Van Bogaert's cerebrotendinous xanthomatosis. A study of 3 cases]

The authors report three observations of cerebro-tendinous xanthomatosis (CTX). The three patients presented tendinous xanthoma and cataract. The neurologic disorders were different in each case. The first one, a 43 years old woman suffered from dementia, ataxia and pseudobulbar palsy: CT scan showed cerebellar hypodense lesions. After the apparition of bulbar signs ans cachexia she died at 45. The second patient, a 39 years old man had an ataxia and mild psychiatric disorders. He was stabilized with a treatment of chenodesoxycholic acid.

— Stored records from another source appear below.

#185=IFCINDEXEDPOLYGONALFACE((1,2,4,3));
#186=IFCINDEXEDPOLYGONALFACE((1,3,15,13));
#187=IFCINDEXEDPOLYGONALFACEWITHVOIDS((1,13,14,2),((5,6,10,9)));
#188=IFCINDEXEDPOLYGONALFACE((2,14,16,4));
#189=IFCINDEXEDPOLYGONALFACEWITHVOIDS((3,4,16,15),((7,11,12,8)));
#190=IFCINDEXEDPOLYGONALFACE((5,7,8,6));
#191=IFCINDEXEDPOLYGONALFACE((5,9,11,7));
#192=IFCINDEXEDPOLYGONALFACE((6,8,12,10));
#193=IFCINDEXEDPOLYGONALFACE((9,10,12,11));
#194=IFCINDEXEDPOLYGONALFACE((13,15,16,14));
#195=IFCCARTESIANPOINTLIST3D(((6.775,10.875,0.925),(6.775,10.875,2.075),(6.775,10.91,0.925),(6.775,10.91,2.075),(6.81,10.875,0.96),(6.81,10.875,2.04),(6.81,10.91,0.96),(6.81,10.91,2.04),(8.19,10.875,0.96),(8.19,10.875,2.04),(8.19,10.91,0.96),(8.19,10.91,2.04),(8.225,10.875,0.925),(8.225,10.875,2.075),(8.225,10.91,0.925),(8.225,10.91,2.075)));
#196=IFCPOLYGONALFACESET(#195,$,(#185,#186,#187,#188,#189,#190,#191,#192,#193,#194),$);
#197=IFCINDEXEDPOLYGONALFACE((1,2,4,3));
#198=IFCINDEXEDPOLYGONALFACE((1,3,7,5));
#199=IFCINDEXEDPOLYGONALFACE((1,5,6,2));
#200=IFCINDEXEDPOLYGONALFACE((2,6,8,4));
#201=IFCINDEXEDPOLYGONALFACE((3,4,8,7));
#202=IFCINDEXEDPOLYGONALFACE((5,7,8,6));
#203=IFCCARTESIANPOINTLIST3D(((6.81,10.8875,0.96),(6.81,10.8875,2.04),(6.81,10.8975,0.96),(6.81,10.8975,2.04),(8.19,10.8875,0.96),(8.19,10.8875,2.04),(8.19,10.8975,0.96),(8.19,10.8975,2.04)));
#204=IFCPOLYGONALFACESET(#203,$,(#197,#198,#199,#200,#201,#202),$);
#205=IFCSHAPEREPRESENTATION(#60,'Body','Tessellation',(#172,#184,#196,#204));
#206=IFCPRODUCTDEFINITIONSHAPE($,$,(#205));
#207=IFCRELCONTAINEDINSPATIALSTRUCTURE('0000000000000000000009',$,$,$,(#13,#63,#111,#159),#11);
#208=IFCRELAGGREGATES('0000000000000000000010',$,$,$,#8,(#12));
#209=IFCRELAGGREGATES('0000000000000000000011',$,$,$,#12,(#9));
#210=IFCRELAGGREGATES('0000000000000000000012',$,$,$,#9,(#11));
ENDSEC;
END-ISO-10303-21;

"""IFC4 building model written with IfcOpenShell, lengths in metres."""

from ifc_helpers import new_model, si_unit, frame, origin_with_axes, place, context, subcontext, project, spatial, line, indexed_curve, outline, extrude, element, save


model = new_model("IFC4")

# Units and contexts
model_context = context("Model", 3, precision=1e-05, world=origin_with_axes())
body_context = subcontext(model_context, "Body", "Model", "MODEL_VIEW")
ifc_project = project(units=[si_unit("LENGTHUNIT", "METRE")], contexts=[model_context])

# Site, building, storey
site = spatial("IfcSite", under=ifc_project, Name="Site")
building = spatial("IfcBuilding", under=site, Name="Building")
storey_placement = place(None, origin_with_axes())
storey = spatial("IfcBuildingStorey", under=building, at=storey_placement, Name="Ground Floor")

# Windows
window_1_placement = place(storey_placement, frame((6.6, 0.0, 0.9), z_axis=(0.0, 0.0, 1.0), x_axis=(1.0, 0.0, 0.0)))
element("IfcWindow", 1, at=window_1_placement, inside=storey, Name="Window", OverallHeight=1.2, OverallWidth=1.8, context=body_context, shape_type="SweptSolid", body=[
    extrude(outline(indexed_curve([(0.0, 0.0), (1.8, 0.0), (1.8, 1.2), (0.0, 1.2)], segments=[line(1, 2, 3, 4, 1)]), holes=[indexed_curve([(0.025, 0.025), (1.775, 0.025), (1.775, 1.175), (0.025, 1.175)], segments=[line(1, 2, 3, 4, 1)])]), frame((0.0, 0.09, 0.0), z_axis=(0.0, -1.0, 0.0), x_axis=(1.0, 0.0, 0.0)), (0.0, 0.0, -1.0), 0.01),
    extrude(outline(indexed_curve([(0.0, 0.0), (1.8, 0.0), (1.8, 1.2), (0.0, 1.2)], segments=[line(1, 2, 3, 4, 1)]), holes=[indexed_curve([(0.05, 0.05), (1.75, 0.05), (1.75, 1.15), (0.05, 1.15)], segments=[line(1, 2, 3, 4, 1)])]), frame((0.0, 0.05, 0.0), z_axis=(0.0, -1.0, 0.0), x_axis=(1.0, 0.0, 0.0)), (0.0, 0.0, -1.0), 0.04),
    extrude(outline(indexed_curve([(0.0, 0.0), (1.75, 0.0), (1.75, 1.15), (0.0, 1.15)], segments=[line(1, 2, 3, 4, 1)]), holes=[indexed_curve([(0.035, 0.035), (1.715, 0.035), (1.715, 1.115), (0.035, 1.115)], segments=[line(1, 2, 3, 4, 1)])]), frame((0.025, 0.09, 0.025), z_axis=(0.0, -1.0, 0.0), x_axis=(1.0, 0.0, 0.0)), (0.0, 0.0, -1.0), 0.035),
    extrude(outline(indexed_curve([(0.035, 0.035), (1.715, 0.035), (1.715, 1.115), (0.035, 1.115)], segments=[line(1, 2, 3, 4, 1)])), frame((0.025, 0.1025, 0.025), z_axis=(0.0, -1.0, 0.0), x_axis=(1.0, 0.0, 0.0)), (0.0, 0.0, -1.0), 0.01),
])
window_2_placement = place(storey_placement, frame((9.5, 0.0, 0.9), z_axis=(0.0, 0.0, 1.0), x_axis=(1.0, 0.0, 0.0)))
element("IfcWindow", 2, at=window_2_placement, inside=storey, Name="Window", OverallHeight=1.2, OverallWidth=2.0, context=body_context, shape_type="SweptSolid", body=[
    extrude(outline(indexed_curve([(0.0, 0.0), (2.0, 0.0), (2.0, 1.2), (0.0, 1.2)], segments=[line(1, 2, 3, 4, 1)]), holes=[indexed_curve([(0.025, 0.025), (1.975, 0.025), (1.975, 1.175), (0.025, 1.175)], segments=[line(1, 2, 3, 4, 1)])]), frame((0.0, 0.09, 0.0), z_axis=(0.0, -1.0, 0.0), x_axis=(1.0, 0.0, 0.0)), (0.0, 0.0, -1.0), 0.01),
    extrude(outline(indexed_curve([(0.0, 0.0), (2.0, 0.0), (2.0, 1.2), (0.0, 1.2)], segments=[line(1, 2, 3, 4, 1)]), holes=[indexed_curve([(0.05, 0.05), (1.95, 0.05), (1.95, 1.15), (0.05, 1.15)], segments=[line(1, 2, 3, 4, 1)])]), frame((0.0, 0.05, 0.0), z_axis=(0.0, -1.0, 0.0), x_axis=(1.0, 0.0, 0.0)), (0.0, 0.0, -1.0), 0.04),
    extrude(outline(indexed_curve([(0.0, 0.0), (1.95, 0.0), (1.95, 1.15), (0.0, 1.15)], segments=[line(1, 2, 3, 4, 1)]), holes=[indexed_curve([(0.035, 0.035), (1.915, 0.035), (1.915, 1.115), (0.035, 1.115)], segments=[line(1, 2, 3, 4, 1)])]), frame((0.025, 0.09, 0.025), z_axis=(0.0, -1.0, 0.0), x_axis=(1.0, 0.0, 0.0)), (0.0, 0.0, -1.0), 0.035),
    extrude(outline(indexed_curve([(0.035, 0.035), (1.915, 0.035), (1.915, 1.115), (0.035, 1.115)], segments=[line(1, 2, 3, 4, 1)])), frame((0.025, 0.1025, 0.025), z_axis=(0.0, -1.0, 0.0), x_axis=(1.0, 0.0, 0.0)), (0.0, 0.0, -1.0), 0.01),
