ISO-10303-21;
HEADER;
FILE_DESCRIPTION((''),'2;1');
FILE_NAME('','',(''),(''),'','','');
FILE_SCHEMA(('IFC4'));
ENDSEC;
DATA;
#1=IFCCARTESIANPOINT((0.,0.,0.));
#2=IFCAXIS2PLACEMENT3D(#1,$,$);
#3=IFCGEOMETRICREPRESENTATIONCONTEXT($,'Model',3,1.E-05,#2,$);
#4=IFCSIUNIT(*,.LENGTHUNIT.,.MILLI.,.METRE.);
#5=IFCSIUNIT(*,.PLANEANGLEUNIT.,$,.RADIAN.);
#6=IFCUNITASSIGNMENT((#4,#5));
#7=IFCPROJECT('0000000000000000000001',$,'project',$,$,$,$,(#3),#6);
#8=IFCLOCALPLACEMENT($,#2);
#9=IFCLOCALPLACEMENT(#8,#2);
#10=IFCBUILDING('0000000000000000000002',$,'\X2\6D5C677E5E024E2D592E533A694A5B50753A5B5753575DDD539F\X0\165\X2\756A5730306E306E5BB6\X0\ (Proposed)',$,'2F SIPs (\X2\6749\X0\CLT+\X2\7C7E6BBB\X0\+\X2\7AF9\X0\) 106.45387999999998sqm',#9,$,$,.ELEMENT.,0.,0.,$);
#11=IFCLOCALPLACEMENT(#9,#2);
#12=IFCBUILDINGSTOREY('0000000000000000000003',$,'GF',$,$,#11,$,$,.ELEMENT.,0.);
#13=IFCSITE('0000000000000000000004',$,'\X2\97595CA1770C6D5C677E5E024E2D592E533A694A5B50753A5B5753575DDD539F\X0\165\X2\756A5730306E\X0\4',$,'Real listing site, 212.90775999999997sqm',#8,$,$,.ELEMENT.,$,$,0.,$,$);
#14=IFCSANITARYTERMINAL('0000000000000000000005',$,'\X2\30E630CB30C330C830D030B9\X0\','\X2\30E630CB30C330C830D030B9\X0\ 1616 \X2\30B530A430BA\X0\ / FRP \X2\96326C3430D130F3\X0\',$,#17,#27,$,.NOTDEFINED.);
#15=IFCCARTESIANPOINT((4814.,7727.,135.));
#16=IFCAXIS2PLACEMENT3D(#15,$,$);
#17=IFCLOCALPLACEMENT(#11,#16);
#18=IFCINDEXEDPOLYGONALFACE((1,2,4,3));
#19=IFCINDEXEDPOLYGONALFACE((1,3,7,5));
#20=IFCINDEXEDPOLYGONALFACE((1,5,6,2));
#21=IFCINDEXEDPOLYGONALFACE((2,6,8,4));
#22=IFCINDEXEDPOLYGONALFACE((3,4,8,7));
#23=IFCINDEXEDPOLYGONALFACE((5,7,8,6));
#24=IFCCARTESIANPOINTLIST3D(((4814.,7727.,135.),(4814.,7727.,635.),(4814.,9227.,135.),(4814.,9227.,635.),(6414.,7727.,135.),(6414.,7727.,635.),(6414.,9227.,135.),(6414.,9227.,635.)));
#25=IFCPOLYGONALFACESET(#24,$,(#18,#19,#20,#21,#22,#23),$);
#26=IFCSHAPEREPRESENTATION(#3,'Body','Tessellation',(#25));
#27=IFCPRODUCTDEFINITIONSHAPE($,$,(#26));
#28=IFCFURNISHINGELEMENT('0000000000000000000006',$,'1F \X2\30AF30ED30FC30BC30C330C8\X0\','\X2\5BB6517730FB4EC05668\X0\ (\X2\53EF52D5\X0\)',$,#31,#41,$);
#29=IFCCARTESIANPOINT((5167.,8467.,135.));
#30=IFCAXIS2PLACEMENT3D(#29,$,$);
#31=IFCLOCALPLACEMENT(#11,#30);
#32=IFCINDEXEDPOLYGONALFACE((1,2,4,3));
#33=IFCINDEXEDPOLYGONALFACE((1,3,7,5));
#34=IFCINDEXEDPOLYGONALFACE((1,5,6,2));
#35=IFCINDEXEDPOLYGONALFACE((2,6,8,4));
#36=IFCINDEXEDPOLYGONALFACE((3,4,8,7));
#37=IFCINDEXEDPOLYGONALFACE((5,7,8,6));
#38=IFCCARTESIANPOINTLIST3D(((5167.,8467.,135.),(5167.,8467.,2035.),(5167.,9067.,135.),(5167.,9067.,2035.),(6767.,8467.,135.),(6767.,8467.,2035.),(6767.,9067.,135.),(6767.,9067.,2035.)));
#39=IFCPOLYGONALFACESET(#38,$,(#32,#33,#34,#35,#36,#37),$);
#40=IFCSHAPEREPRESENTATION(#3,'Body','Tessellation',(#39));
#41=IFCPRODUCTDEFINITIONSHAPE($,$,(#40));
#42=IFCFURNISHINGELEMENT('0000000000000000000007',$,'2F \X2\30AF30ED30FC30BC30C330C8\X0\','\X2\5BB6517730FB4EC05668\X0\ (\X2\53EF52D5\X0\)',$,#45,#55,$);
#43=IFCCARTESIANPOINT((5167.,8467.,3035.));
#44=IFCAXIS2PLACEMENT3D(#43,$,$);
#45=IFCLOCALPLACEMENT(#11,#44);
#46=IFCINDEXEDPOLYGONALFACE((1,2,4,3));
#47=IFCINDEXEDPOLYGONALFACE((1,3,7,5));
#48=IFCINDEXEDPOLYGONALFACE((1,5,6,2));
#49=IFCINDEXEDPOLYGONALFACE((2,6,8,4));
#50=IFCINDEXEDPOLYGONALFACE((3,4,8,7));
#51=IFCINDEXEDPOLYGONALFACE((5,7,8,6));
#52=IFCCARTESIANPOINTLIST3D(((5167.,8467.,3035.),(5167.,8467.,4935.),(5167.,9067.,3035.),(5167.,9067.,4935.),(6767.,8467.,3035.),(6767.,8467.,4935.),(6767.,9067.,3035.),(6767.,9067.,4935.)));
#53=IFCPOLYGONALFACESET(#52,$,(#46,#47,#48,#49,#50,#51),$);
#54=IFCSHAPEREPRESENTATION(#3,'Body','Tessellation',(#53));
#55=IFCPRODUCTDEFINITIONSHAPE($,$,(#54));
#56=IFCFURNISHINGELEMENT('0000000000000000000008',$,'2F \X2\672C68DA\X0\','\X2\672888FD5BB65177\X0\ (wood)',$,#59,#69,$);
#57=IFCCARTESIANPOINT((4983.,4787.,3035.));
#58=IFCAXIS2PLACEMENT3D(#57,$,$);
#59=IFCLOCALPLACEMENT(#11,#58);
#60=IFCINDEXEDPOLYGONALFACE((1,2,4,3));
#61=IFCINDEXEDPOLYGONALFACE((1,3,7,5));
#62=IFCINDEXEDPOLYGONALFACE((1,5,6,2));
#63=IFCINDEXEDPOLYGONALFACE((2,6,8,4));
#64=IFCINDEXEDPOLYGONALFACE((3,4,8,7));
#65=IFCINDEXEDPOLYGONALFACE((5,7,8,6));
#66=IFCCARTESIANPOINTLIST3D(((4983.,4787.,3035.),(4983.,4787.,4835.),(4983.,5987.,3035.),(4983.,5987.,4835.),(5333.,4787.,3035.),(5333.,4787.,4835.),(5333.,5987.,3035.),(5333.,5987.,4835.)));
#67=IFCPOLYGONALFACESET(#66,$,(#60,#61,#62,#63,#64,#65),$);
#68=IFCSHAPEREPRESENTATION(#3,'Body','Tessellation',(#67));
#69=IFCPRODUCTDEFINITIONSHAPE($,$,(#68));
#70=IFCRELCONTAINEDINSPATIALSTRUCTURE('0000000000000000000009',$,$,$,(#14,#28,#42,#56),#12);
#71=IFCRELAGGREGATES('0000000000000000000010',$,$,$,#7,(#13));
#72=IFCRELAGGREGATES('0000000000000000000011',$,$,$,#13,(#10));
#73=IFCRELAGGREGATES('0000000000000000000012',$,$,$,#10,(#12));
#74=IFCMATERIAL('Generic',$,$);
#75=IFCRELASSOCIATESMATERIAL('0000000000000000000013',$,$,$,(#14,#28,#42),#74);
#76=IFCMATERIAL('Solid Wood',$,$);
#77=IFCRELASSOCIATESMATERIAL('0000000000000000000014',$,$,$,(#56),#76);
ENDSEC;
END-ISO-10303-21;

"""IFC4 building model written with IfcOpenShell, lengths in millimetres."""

from ifc_helpers import new_model, si_unit, frame, frame_2d, origin, place, context, project, spatial, rectangle, extrude, material, element, save


model = new_model("IFC4")

# Units and contexts
model_context = context("Model", 3, precision=1e-05, world=origin())
ifc_project = project(units=[si_unit("LENGTHUNIT", "METRE", prefix="MILLI"), si_unit("PLANEANGLEUNIT", "RADIAN")], contexts=[model_context])

# Site, building, storey
site_placement = place(None, origin())
site = spatial("IfcSite", under=ifc_project, at=site_placement, Name="静岡県浜松市中央区楊子町字南川原165番地の4", ObjectType="Real listing site, 212.90775999999997sqm", CompositionType="ELEMENT", RefElevation=0.0)
building_placement = place(site_placement, origin())
building = spatial("IfcBuilding", under=site, at=building_placement, Name="浜松市中央区楊子町字南川原165番地のの家 (Proposed)", ObjectType="2F SIPs (杉CLT+籾殻+竹) 106.45387999999998sqm", CompositionType="ELEMENT", ElevationOfRefHeight=0.0, ElevationOfTerrain=0.0)
storey_placement = place(building_placement, origin())
storey = spatial("IfcBuildingStorey", under=building, at=storey_placement, Name="GF", CompositionType="ELEMENT", Elevation=0.0)

# Shared definitions
ifc_material_1 = material(Name="Solid Wood")

# Shared definitions
ifc_material_2 = material(Name="Generic")

# Sanitary terminal
sanitary_terminal_placement = place(storey_placement, frame((4814.0, 7727.0, 135.0)))
element("IfcSanitaryTerminal", 1, at=sanitary_terminal_placement, inside=storey, material=ifc_material_2, Name="ユニットバス", Description="ユニットバス 1616 サイズ / FRP 防水パン", PredefinedType="NOTDEFINED", context=model_context, shape_type="SweptSolid", body=[
    extrude(rectangle(XDim=1600.0, YDim=1500.0, at=frame_2d((800.0, 750.0))), frame((4814.0, 7727.0, 135.0)), (0.0, 0.0, 1.0), 500.0),
])

# Furnishing elements
furnishing_1_placement = place(storey_placement, frame((5167.0, 8467.0, 135.0)))
element("IfcFurnishingElement", 2, at=furnishing_1_placement, inside=storey, material=ifc_material_2, Name="1F クローゼット", Description="家具・什器 (可動)", context=model_context, shape_type="SweptSolid", body=[
    extrude(rectangle(XDim=1600.0, YDim=600.0, at=frame_2d((800.0, 300.0))), frame((5167.0, 8467.0, 135.0)), (0.0, 0.0, 1.0), 1900.0),
])
furnishing_2_placement = place(storey_placement, frame((5167.0, 8467.0, 3035.0)))
element("IfcFurnishingElement", 3, at=furnishing_2_placement, inside=storey, material=ifc_material_2, Name="2F クローゼット", Description="家具・什器 (可動)", context=model_context, shape_type="SweptSolid", body=[
    extrude(rectangle(XDim=1600.0, YDim=600.0, at=frame_2d((800.0, 300.0))), frame((5167.0, 8467.0, 3035.0)), (0.0, 0.0, 1.0), 1900.0),
])
furnishing_3_placement = place(storey_placement, frame((4983.0, 4787.0, 3035.0)))
element("IfcFurnishingElement", 4, at=furnishing_3_placement, inside=storey, material=ifc_material_1, Name="2F 本棚", Description="木製家具 (wood)", context=model_context, shape_type="SweptSolid", body=[
    extrude(rectangle(XDim=350.0, YDim=1200.0, at=frame_2d((175.0, 600.0))), frame((4983.0, 4787.0, 3035.0)), (0.0, 0.0, 1.0), 1800.0),
])

save(model, "model.ifc")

The third one, a 49 years old women suffered only from tendinous xanthoma, cataract, and had no neurological disorder. His plasmatic cholestanol level was high. CTX is a recessive deficit of the hepatic 26 hydroxylase with deposits of abnormal metabolites in tendons, crystalline lenses and central nervous system. Reviewing the 44 observations of CTX in the literature, the authors define the genetical, clinical, biochemical and therapeutical aspects of CTX, and underline the necessity of a early diagnosis with cholestanol dosage, before the apparition of neurological disorders and the short terminal phase. CTX is a rare but fortunately treatable neurolipidosis.